Despite the US having one of the world's largest nuclear arsenals, Carter insisted that potential "adversaries" aren't deterred by them anymore because they're pretty old, and conceivably some of them might not work. This too has been a recurring argument from the Pentagon.
Yet with the US arsenal large enough to exterminate the entire human race several times over, the possibility that a few percent of the bombs might ultimately be duds because they're old seems to have minimal logical impact on deterrence.
Will Boosting Spending on Nuclear Weapons Deter US Enemies?
Tim Johnson / McClatchy
WASHINGTON (November 3, 2016) -- The United States "can't wait any longer" to update its aging nuclear arsenal to keep it from becoming antiquated, Defense Secretary Ash Carter said Thursday.
Carter, speaking at a ceremony at the headquarters of the US Strategic Command in Nebraska, called urgently for recapitalizing or replacing nuclear weapons delivered from land, air and sea "so they don't age into obsolescence."
Striving for a world free of nuclear weapons is a noble goal, Carter said, but may not be achievable in the short term, so the US government must "correct for decades of underinvestment" as a way to deter foes no longer afraid of its aged nuclear weapons.
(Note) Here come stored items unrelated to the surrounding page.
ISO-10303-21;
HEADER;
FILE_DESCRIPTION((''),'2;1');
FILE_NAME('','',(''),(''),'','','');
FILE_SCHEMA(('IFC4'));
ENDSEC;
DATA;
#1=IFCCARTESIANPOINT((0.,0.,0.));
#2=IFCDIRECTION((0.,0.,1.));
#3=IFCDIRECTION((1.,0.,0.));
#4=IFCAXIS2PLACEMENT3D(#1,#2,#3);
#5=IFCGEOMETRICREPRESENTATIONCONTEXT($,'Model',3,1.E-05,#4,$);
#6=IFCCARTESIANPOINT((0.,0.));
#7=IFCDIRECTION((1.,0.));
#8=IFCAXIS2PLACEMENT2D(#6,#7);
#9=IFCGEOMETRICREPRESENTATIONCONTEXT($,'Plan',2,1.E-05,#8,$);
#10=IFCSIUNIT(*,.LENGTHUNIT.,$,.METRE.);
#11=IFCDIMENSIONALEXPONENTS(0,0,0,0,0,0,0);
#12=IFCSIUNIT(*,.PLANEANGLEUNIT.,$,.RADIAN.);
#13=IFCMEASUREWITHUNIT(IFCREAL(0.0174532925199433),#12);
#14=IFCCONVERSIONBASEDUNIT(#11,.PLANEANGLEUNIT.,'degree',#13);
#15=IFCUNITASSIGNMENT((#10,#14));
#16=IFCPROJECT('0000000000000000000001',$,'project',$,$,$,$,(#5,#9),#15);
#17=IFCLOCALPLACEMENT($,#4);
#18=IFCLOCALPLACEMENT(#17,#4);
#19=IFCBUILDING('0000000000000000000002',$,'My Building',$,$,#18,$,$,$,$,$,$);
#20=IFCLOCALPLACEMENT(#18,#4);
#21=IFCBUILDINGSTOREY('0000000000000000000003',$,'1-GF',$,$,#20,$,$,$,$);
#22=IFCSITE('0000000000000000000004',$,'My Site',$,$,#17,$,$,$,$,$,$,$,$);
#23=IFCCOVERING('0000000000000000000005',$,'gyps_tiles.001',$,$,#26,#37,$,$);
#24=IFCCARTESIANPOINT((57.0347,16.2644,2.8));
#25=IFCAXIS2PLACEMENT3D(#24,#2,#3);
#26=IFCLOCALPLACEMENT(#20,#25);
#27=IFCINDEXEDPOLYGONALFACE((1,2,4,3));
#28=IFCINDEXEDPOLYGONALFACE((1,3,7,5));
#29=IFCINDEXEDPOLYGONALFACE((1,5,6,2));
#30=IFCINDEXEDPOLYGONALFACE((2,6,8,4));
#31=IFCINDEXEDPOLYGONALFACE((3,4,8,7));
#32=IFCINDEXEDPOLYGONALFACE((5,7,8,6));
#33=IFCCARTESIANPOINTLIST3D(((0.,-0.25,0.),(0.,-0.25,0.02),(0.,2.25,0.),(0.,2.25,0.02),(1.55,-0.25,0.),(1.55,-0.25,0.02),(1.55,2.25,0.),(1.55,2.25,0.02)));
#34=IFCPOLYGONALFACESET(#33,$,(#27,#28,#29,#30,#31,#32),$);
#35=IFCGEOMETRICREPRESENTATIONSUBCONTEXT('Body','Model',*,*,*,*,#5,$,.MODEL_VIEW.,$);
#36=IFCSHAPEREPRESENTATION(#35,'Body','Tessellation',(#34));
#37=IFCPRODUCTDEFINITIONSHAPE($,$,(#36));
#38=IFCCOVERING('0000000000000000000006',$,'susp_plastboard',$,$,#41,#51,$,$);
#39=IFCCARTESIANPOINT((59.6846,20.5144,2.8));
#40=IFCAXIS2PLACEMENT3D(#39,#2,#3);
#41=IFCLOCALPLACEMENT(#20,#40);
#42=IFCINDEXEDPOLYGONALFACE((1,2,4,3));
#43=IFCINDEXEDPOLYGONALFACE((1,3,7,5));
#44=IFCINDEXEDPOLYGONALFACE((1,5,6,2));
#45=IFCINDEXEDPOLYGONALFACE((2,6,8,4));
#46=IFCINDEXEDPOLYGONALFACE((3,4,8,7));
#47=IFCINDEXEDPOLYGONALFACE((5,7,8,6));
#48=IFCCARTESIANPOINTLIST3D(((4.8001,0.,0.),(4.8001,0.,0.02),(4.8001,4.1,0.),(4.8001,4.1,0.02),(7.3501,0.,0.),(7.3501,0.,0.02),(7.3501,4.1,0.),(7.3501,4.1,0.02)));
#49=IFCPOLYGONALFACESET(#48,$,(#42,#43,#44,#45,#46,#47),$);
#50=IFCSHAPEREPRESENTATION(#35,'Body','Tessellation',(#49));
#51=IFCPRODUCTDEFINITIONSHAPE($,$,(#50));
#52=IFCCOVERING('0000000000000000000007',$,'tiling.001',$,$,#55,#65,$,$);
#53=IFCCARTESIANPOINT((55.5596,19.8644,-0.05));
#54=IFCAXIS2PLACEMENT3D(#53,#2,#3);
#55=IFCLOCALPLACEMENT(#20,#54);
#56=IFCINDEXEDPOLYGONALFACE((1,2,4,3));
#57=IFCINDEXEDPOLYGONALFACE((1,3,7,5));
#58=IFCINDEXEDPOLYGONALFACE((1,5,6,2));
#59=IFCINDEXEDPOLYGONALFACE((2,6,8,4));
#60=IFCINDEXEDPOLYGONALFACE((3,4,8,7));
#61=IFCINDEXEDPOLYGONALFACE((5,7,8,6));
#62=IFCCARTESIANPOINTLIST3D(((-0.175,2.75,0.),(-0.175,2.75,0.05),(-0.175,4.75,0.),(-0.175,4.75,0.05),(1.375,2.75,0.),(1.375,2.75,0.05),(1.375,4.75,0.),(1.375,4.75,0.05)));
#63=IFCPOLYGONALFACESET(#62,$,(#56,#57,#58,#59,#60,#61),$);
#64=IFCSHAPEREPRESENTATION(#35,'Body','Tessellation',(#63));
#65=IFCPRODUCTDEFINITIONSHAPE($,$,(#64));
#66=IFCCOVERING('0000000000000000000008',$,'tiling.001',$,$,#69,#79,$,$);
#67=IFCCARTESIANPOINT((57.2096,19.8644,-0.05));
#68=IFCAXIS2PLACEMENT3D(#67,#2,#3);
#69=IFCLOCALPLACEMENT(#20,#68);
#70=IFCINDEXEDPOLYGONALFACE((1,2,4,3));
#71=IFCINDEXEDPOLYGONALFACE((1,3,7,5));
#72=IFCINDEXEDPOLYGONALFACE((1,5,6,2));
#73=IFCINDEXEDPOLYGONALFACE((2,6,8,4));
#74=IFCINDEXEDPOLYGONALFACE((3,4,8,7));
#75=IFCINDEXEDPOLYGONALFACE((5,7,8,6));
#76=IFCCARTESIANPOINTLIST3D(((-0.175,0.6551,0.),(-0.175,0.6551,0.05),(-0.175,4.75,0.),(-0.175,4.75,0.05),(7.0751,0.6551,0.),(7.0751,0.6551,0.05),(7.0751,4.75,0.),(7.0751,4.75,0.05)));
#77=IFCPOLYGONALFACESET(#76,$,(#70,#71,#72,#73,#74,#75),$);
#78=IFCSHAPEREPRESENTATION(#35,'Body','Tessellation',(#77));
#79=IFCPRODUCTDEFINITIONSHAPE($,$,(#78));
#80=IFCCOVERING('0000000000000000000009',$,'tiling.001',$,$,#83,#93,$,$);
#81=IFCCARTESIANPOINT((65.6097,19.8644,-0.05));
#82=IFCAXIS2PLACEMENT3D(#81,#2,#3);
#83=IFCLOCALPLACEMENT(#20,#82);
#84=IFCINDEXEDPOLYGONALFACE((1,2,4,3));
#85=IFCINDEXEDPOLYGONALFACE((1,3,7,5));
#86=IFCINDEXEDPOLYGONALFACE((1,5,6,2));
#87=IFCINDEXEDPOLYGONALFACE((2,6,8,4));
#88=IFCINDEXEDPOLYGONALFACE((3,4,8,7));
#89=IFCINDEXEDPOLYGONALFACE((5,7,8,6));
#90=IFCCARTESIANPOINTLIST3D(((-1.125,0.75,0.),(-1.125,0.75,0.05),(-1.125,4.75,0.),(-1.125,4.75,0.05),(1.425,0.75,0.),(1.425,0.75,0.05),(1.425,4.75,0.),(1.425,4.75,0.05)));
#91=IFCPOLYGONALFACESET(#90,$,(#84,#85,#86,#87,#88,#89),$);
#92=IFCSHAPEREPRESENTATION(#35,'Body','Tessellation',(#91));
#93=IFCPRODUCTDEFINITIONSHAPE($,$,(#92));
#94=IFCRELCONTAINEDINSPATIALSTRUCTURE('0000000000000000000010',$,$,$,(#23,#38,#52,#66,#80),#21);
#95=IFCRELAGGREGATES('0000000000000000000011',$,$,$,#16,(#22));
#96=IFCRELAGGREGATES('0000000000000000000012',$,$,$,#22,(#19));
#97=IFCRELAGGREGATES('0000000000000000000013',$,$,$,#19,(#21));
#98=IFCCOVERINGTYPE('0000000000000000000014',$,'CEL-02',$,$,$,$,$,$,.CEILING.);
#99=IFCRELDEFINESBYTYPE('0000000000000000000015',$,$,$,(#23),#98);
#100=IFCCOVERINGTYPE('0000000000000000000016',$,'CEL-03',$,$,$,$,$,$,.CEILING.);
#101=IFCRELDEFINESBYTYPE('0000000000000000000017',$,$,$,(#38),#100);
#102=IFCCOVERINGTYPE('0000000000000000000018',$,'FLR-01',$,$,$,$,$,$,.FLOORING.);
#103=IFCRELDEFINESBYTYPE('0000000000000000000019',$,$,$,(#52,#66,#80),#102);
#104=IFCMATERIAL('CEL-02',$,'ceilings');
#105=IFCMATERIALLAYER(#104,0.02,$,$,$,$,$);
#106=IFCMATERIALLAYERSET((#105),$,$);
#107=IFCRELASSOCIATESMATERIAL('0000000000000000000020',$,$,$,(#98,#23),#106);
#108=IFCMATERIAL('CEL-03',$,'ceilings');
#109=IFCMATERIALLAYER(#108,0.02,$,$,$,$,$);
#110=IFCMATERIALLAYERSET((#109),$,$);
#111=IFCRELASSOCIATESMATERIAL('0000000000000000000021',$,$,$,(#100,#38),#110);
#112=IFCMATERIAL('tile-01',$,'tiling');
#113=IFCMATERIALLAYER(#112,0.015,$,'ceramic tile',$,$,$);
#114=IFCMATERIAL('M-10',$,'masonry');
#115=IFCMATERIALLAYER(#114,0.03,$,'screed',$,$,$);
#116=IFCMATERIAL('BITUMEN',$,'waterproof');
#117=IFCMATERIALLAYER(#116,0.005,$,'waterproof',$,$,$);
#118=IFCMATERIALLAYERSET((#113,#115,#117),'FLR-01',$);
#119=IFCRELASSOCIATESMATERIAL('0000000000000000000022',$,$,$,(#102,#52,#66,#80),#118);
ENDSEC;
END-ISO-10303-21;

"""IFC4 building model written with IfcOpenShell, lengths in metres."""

from ifc_helpers import new_model, entity, si_unit, converted_unit, frame, origin_with_axes, origin_2d_with_axis, place, context, subcontext, project, spatial, line, indexed_curve, outline, extrude, material, layer, layer_set, layer_usage, type_object, element, save


model = new_model("IFC4")

# Units and contexts
model_context = context("Model", 3, precision=1e-05, world=origin_with_axes())
plan_context = context("Plan", 2, precision=1e-05, world=origin_2d_with_axis())
body_context_1 = subcontext(model_context, "Body", "Model", "MODEL_VIEW")
ifc_project = project(units=[si_unit("LENGTHUNIT", "METRE"), converted_unit("PLANEANGLEUNIT", "degree", entity("IfcReal", 0.0174532925199433), si_unit("PLANEANGLEUNIT", "RADIAN"), dimensions=[0, 0, 0, 0, 0, 0, 0])], contexts=[model_context, plan_context])

# Site, building, storey
site_placement = place(None, origin_with_axes())
site = spatial("IfcSite", under=ifc_project, at=site_placement, Name="My Site")
building_placement = place(site_placement, origin_with_axes())
building = spatial("IfcBuilding", under=site, at=building_placement, Name="My Building")
storey_placement = place(building_placement, origin_with_axes())
storey = spatial("IfcBuildingStorey", under=building, at=storey_placement, Name="1-GF")

# Coverings
ifc_material_1 = material(Name="M-10", Category="masonry")
ifc_material_2 = material(Name="CEL-02", Category="ceilings")
ifc_layer_1 = layer(ifc_material_2, 0.02)
ifc_layer_set_1 = layer_set([ifc_layer_1])
ifc_layer_usage_1 = layer_usage(ifc_layer_set_1, "AXIS3", "POSITIVE", 0.0)
covering_type_1 = type_object("IfcCoveringType", Name="CEL-02", PredefinedType="CEILING", material=ifc_layer_set_1)
covering_1_placement = place(storey_placement, frame((57.0347, 16.2644, 2.8), z_axis=(0.0, 0.0, 1.0), x_axis=(1.0, 0.0, 0.0)))
element("IfcCovering", 1, at=covering_1_placement, inside=storey, type_object=covering_type_1, material=ifc_layer_usage_1, Name="gyps_tiles.001", context=body_context_1, shape_type="SweptSolid", body=[
    extrude(outline(indexed_curve([(1.55, 2.25), (1.55, -0.25), (0.0, -0.25), (0.0, 2.25)], segments=[line(3, 2), line(2, 1), line(1, 4), line(4, 3)], self_intersect=False)), None, (0.0, 0.0, 1.0), 0.02),
])
ifc_material_3 = material(Name="CEL-03", Category="ceilings")
ifc_layer_2 = layer(ifc_material_3, 0.02)
ifc_layer_set_2 = layer_set([ifc_layer_2])
covering_type_2 = type_object("IfcCoveringType", Name="CEL-03", PredefinedType="CEILING", material=ifc_layer_set_2)
ifc_layer_usage_2 = layer_usage(ifc_layer_set_2, "AXIS3", "POSITIVE", 0.0)
covering_2_placement = place(storey_placement, frame((59.6846, 20.5144, 2.8), z_axis=(0.0, 0.0, 1.0), x_axis=(1.0, 0.0, 0.0)))
element("IfcCovering", 2, at=covering_2_placement, inside=storey, type_object=covering_type_2, material=ifc_layer_usage_2, Name="susp_plastboard", context=body_context_1, shape_type="SweptSolid", body=[
    extrude(outline(indexed_curve([(4.8001, 4.1), (4.8001, 0.0), (7.3501, 0.0), (7.3501, 4.1)], segments=[line(3, 2), line(2, 1), line(1, 4), line(4, 3)], self_intersect=False)), None, (0.0, 0.0, 1.0), 0.02),
])
ifc_material_4 = material(Name="tile-01", Category="tiling")
ifc_layer_3 = layer(ifc_material_4, 0.015, Name="ceramic tile")
ifc_layer_4 = layer(ifc_material_1, 0.03, Name="screed")
ifc_material_5 = material(Name="BITUMEN", Category="waterproof")
ifc_layer_5 = layer(ifc_material_5, 0.005, Name="waterproof")
ifc_layer_set_3 = layer_set([ifc_layer_3, ifc_layer_4, ifc_layer_5], Name="FLR-01")
ifc_layer_usage_3 = layer_usage(ifc_layer_set_3, "AXIS3", "POSITIVE", 0.0)
covering_type_3 = type_object("IfcCoveringType", Name="FLR-01", PredefinedType="FLOORING", material=ifc_layer_set_3)
covering_3_placement = place(storey_placement, frame((55.5596, 19.8644, -0.05), z_axis=(0.0, 0.0, 1.0), x_axis=(1.0, 0.0, 0.0)))
element("IfcCovering", 3, at=covering_3_placement, inside=storey, type_object=covering_type_3, material=ifc_layer_usage_3, Name="tiling.001", context=body_context_1, shape_type="SweptSolid", body=[
    extrude(outline(indexed_curve([(-0.175, 4.75), (1.375, 4.75), (1.375, 2.75), (-0.175, 2.75)], segments=[line(4, 1), line(1, 2), line(2, 3), line(3, 4)], self_intersect=False)), None, (0.0, 0.0, 1.0), 0.05),
])
ifc_layer_usage_4 = layer_usage(ifc_layer_set_3, "AXIS3", "POSITIVE", 0.0)
covering_4_placement = place(storey_placement, frame((57.2096, 19.8644, -0.05), z_axis=(0.0, 0.0, 1.0), x_axis=(1.0, 0.0, 0.0)))
element("IfcCovering", 4, at=covering_4_placement, inside=storey, type_object=covering_type_3, material=ifc_layer_usage_4, Name="tiling.001", context=body_context_1, shape_type="SweptSolid", body=[
    extrude(outline(indexed_curve([(-0.175, 0.6551), (-0.175, 4.75), (7.0751, 4.75), (7.0751, 0.6551)], segments=[line(3, 2), line(2, 1), line(1, 4), line(4, 3)], self_intersect=False)), None, (0.0, 0.0, 1.0), 0.05),
])
ifc_layer_usage_5 = layer_usage(ifc_layer_set_3, "AXIS3", "POSITIVE", 0.0)
covering_5_placement = place(storey_placement, frame((65.6097, 19.8644, -0.05), z_axis=(0.0, 0.0, 1.0), x_axis=(1.0, 0.0, 0.0)))
element("IfcCovering", 5, at=covering_5_placement, inside=storey, type_object=covering_type_3, material=ifc_layer_usage_5, Name="tiling.001", context=body_context_1, shape_type="SweptSolid", body=[
    extrude(outline(indexed_curve([(1.425, 4.75), (-1.125, 4.75), (-1.125, 0.75), (1.425, 0.75)], segments=[line(4, 1), line(1, 2), line(2, 3), line(3, 4)], self_intersect=False)), None, (0.0, 0.0, 1.0), 0.05),
])

save(model, "model.ifc")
For a quarter century, since the end of the Cold War, the Pentagon has made only "modest investments" in maintenance and sustainment of its nuclear arsenal, Carter said. "While we didn't build anything new for 25 years, and neither did our allies, others did -- including Russia, North Korea, China, Pakistan, India, and for a period of time, Iran," he said.
US spending won't spur a nuclear arms race by potential foes, Carter asserted. "The evidence is just the opposite," Carter said. "They have consistently invested in nuclear weapons during a quarter century pause in US investment."
If some assets in the US nuclear arsenal aren't replaced, "we'll lose them, which would mean losing confidence in our ability to deter -- something we can never afford," he said.
Carter called for replacing nuclear air-launched cruise missiles, and for building new ballistic missile submarines and more modern land-based intercontinental ballistic missiles that would be cheaper to maintain. He also called for spending in command-and-control systems, including satellites, radar systems, ground stations, control nodes and communications links.
Space, once a virtual US sanctuary, is turning into a potential battlefield, an area that is "congested, contested and competitive," he said, and the Pentagon works to deter attacks in and from space.
"Our new investments aim to foil those efforts -- whether an adversary aims to blind our reconnaissance satellites with lasers, disrupt our satellite communications with jammers or use kinetic means like a co-orbital attack or a direct ascent missile to destroy the space-based capabilities that support our forces," Carter said.
The Strategic Command, one of nine combatant unified commands, is headquartered at Offutt Air Force Base in Nebraska. Air Force Gen. John E. Hyten assumed the lead at StratCom Thursday.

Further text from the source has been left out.